Hello,
I've been making API requests to gemini 1.5 pro from an app, but starting about 2 days ago I've been getting rate limited (error code 429) errors on some of my requests. The actual usage / requests made to gemini hasn't changed much, and I've confirmed that my usage in terms of requests and tokens is well below my quotas (as seen in images below). Could anyone provide any support here?
Thanks,
Brian
Are you using gemini-1.5-pro-002
?
Beginning on September 24th [release notes], the latest versions of Gemini 1.5 Flash (gemini-1.5-flash-002
) and Gemini 1.5 Pro (gemini-1.5-pro-002
) now use dynamic shared quota, which distributes on-demand capacity among all queries being processed. I am wondering if this may be why you are now seeing 429 and haven't before.
Hi Andrew,
Thanks for the response!

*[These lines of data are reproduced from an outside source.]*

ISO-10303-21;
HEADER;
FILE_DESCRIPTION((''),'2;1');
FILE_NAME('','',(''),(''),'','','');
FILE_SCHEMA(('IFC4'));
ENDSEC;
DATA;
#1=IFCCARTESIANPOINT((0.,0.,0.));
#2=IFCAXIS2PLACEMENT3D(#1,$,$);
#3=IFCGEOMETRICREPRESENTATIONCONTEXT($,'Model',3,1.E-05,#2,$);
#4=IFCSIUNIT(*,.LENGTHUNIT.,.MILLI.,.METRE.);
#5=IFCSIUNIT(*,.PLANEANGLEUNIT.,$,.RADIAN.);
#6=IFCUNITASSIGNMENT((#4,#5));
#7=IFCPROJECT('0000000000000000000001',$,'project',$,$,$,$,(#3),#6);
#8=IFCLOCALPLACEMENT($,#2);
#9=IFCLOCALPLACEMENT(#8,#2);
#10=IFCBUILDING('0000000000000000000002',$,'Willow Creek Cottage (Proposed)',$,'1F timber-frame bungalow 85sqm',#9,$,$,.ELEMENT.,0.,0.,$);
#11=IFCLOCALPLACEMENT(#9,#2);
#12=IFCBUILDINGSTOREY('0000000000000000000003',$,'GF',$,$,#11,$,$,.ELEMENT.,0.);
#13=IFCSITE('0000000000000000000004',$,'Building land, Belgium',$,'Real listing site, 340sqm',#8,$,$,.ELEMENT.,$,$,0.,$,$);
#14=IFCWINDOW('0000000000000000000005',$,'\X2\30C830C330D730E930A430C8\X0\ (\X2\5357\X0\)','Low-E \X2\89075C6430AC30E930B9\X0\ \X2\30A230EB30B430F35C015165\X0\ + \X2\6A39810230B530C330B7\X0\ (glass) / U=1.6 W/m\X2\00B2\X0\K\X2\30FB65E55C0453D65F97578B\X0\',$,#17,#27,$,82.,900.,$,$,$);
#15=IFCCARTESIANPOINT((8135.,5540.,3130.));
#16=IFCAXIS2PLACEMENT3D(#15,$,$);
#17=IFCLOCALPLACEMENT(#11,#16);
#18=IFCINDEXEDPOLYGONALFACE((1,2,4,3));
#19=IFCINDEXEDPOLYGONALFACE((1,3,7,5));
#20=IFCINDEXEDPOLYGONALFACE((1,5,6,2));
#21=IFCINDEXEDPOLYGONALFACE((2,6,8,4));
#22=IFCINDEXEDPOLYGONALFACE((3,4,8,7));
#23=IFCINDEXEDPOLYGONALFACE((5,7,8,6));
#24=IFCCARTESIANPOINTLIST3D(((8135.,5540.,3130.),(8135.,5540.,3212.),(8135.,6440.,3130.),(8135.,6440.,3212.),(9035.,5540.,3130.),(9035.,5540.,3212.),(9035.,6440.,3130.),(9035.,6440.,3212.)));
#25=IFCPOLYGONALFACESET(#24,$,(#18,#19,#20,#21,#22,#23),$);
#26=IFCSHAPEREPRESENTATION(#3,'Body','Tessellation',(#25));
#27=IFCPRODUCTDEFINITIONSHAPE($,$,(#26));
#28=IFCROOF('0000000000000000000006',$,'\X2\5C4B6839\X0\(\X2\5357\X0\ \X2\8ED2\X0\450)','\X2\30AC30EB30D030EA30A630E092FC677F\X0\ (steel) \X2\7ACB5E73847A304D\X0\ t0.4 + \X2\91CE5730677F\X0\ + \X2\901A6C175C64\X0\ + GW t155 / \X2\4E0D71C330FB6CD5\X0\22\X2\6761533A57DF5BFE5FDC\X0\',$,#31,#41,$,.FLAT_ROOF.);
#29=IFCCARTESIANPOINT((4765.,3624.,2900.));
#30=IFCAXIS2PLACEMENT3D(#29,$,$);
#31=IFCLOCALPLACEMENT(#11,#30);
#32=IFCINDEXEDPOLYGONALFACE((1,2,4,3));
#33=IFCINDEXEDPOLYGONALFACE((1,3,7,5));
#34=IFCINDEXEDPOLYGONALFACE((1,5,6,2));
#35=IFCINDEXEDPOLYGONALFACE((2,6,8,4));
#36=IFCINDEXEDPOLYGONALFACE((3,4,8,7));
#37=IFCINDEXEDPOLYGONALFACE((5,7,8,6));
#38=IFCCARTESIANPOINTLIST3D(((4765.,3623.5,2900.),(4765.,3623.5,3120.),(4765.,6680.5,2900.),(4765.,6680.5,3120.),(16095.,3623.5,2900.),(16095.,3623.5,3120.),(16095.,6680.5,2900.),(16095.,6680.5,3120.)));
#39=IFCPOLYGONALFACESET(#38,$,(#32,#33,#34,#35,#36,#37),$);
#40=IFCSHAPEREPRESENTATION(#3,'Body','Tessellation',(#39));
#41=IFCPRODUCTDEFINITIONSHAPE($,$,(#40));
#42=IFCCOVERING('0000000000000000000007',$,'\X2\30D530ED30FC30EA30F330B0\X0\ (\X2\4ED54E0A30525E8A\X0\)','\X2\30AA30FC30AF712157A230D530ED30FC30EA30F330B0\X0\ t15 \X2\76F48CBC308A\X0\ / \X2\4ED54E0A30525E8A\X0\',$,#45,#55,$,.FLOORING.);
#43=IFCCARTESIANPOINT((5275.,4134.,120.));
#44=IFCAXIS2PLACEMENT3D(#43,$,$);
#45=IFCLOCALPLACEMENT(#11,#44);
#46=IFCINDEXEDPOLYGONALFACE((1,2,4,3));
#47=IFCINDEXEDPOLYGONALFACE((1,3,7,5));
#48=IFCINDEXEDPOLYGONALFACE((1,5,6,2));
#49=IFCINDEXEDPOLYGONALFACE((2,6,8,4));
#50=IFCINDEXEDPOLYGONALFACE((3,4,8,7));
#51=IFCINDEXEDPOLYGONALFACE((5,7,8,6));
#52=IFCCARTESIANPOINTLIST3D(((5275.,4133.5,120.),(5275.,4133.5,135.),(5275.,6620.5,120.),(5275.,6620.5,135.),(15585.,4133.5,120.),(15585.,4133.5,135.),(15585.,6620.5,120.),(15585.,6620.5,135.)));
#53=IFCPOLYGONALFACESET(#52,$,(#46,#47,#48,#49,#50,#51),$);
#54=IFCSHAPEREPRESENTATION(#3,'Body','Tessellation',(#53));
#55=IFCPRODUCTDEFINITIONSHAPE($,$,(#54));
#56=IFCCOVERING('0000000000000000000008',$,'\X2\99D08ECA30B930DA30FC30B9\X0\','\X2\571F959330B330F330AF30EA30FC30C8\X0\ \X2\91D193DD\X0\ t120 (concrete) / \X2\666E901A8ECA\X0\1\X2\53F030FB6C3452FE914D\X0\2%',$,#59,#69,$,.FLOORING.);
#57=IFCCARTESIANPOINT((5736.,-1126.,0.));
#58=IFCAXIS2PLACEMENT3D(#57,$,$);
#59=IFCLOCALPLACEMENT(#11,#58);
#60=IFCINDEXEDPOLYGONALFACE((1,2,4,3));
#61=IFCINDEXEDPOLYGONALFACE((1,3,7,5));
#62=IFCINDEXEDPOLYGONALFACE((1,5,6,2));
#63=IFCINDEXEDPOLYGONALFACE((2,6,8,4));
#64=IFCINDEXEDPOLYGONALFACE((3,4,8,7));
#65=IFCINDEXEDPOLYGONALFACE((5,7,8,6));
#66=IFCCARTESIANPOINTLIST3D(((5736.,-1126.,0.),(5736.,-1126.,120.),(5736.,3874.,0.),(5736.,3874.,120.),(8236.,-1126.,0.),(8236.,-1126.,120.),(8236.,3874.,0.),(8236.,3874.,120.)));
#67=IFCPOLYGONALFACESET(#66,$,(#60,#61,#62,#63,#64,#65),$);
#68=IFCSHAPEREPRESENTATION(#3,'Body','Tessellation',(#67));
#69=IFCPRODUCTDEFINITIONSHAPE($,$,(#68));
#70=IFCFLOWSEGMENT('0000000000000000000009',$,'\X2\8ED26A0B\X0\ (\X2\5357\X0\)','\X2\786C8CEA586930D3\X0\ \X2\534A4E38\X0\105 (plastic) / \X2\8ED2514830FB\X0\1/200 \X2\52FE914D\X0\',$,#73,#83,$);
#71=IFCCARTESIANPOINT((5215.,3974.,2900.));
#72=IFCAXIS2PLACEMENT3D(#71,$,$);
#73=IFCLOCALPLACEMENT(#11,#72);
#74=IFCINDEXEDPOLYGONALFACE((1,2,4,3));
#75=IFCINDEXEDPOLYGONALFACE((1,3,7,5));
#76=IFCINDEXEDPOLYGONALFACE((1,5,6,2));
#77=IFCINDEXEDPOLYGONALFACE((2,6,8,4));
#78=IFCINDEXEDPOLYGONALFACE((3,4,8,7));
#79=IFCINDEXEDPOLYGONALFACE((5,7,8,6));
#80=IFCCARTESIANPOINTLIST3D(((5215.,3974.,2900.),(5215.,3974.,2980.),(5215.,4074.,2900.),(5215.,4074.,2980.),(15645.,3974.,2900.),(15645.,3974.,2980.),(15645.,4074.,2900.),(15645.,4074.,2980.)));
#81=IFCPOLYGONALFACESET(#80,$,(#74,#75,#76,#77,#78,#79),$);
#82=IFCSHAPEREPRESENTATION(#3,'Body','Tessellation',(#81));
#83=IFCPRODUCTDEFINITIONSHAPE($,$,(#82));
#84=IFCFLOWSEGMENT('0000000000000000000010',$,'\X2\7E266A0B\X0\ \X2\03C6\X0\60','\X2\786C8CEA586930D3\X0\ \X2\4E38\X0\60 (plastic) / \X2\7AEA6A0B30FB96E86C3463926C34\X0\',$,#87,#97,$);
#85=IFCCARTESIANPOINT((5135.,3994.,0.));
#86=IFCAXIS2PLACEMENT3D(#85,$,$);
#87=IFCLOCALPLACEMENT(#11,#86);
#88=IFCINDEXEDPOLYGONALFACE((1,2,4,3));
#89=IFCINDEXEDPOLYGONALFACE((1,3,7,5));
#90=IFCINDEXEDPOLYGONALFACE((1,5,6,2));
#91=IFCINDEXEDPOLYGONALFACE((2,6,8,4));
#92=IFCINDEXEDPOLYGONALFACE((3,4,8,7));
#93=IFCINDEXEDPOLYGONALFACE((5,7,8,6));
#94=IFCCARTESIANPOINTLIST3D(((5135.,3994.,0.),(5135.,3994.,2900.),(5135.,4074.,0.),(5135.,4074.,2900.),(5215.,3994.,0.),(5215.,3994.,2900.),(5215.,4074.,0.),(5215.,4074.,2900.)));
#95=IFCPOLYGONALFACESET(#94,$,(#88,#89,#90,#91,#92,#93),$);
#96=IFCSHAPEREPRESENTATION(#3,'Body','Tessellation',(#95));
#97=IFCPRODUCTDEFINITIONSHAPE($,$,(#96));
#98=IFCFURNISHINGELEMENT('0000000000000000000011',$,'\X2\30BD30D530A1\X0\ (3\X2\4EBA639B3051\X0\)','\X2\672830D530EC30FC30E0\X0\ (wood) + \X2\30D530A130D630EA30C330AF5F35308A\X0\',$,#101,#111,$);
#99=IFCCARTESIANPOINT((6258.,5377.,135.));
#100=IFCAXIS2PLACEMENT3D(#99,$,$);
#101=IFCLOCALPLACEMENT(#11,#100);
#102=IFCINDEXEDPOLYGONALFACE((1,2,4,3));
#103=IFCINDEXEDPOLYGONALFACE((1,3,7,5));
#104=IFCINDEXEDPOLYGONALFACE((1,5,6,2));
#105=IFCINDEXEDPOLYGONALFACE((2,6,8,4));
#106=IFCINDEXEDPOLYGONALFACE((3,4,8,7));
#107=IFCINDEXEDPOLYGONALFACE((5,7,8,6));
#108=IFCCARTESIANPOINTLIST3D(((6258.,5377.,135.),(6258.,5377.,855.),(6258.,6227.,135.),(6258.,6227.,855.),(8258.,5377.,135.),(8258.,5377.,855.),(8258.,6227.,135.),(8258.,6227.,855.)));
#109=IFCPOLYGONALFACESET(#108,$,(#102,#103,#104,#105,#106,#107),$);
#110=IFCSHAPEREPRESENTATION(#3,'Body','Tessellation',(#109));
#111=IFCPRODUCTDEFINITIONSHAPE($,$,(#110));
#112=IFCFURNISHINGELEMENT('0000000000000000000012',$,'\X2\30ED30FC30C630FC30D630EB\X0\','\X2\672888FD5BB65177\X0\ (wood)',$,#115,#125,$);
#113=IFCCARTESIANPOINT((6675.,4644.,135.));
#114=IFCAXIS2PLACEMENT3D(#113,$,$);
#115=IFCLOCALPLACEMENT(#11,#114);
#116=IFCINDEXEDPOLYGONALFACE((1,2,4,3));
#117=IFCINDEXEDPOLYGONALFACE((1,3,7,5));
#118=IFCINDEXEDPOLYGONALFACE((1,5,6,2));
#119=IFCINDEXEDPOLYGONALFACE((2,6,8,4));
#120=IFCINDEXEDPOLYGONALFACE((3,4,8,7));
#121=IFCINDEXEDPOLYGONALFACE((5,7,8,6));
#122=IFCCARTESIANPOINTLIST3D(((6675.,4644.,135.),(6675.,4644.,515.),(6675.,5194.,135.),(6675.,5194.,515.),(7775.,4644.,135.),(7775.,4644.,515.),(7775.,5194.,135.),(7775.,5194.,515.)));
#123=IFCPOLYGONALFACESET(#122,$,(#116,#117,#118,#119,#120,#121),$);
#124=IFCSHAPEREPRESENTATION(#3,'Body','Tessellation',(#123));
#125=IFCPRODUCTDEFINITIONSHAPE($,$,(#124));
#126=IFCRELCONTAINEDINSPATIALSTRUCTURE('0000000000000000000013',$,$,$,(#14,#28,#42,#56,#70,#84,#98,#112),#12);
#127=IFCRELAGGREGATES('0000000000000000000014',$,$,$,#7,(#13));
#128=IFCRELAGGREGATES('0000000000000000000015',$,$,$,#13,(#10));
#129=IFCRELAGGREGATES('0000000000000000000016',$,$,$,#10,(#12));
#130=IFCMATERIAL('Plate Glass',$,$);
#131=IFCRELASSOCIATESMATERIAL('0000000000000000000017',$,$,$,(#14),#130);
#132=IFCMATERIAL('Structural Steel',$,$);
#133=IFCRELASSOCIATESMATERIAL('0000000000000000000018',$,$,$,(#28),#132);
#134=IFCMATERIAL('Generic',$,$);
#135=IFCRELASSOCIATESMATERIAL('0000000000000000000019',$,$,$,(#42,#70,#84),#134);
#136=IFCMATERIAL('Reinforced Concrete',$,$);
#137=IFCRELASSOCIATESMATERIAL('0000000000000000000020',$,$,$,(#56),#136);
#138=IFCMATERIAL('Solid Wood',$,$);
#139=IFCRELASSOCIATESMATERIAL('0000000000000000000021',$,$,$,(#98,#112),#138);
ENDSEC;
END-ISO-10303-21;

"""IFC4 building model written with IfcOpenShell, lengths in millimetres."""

from ifc_helpers import new_model, si_unit, frame, frame_2d, origin, place, context, project, spatial, rectangle, extrude, material, element, save


model = new_model("IFC4")

# Units and contexts
model_context = context("Model", 3, precision=1e-05, world=origin())
ifc_project = project(units=[si_unit("LENGTHUNIT", "METRE", prefix="MILLI"), si_unit("PLANEANGLEUNIT", "RADIAN")], contexts=[model_context])

# Site, building, storey
site_placement = place(None, origin())
site = spatial("IfcSite", under=ifc_project, at=site_placement, Name="Building land, Belgium", ObjectType="Real listing site, 340sqm", CompositionType="ELEMENT", RefElevation=0.0)
building_placement = place(site_placement, origin())
building = spatial("IfcBuilding", under=site, at=building_placement, Name="Willow Creek Cottage (Proposed)", ObjectType="1F timber-frame bungalow 85sqm", CompositionType="ELEMENT", ElevationOfRefHeight=0.0, ElevationOfTerrain=0.0)
storey_placement = place(building_placement, origin())
storey = spatial("IfcBuildingStorey", under=building, at=storey_placement, Name="GF", CompositionType="ELEMENT", Elevation=0.0)

# Shared definitions
ifc_material_1 = material(Name="Solid Wood")

# Shared definitions
ifc_material_2 = material(Name="Reinforced Concrete")

# Shared definitions
ifc_material_3 = material(Name="Plate Glass")

# Window
window_1_placement = place(storey_placement, frame((8135.0, 5540.0, 3130.0)))
element("IfcWindow", 1, at=window_1_placement, inside=storey, material=ifc_material_3, Name="トップライト (南)", Description="Low-E 複層ガラス アルゴン封入 + 樹脂サッシ (glass) / U=1.6 W/m²K・日射取得型", OverallHeight=82.0, OverallWidth=900.0, context=model_context, shape_type="SweptSolid", body=[
    extrude(rectangle(XDim=900.0, YDim=900.0, at=frame_2d((450.0, 450.0))), frame((8135.0, 5540.0, 3130.0)), (0.0, 0.0, 1.0), 82.0),
])

# Roof
ifc_material_4 = material(Name="Structural Steel")
roof_1_placement = place(storey_placement, frame((4765.0, 3624.0, 2900.0)))
element("IfcRoof", 2, at=roof_1_placement, inside=storey, material=ifc_material_4, Name="屋根(南 軒450)", Description="ガルバリウム鋼板 (steel) 立平葺き t0.4 + 野地板 + 通気層 + GW t155 / 不燃・法22条区域対応", PredefinedType="FLAT_ROOF", context=model_context, shape_type="SweptSolid", body=[
    extrude(rectangle(XDim=11330.0, YDim=3057.0, at=frame_2d((5665.0, 1528.0))), frame((4765.0, 3624.0, 2900.0)), (0.0, 0.0, 1.0), 220.0),
])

We're submitting to Gemini-1.5-pro-001 only - is there a reason the 001 version might be affected or could there be some other issue?
I wonder if you may be hitting limits around the nature of your image, audio, video, or PDF files? https://cloud.google.com/vertex-ai/generative-ai/docs/learn/models?hl=en
To clarify - our requests are text-only, so that shouldn't be the case! Would you happen to know of any other possible causes?